The 2020 African Nations Championship final was a football match to determine the winners of the CHAN 2020 tournament and took place on 7 February 2021 at the Ahmadou Ahidjo Stadium in Yaoundé, Cameroon. It was contested by Mali and Morocco.

Morocco won 2-0 to claim their second title. By doing so, they became the first team to win back-to-back titles since the tournament's inaugural edition in 2009. They also tied with DR Congo as the most successful teams in the tournament.

==Venue==

The final was held at the multi-purpose Stade Ahmadou Ahidjo in the capital city of
Yaoundé, Cameroon. Built in 1972, it currently has a capacity of 40,000 seats.
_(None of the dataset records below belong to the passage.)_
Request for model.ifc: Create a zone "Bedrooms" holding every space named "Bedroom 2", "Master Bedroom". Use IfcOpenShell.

First a look at what the model holds.

```python
import ifcopenshell

model = ifcopenshell.open("model.ifc")
print(model.schema)
seen = {}
for space in model.by_type("IfcSpace"):
    seen[space.LongName] = seen.get(space.LongName, 0) + 1
for name, count in sorted(seen.items(), key=str):
    print(count, "x", name)
print("zones:", [z.Name for z in model.by_type("IfcZone")][:20])
```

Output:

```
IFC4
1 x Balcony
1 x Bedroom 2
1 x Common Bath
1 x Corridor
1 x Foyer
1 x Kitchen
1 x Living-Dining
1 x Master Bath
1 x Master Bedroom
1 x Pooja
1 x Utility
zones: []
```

```python
import ifcopenshell
import ifcopenshell.api.group
import ifcopenshell.api.root

model = ifcopenshell.open("model.ifc")

names = {"Bedroom 2", "Master Bedroom"}
spaces = [s for s in model.by_type("IfcSpace") if s.LongName in names]

zone = ifcopenshell.api.root.create_entity(model, ifc_class="IfcZone", name="Bedrooms")
ifcopenshell.api.group.assign_group(model, products=spaces, group=zone)
print(len(spaces), "spaces in", zone.Name)

model.write("model-out.ifc")
```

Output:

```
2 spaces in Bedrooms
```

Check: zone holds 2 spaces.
It is used mostly for football matches and is named after Ahmadou Ahidjo, who was President of Cameroon from 1960 until 1982. The stadium has been renovated in 2016 ahead of the Africa Women Cup of Nations tournament. It is the home stadium of Canon Yaoundé and Tonnerre Yaoundé. The stadium is also known as the home venue of the Cameroonian national football team, who drew the stadium's record attendance of 120,000 in a football match in the 1980s.

==Background==
Mali and Morocco both made their 4th appearance at the tournament, and their second final. Mali previously contested the final in 2016 losing 3-0 to DR Congo. Morocco meanwhile reached the final of the previous edition defeating Nigeria 4-0 to become the first host nation to win the title. The final was also the first meeting between the two sides at the CHAN tournament.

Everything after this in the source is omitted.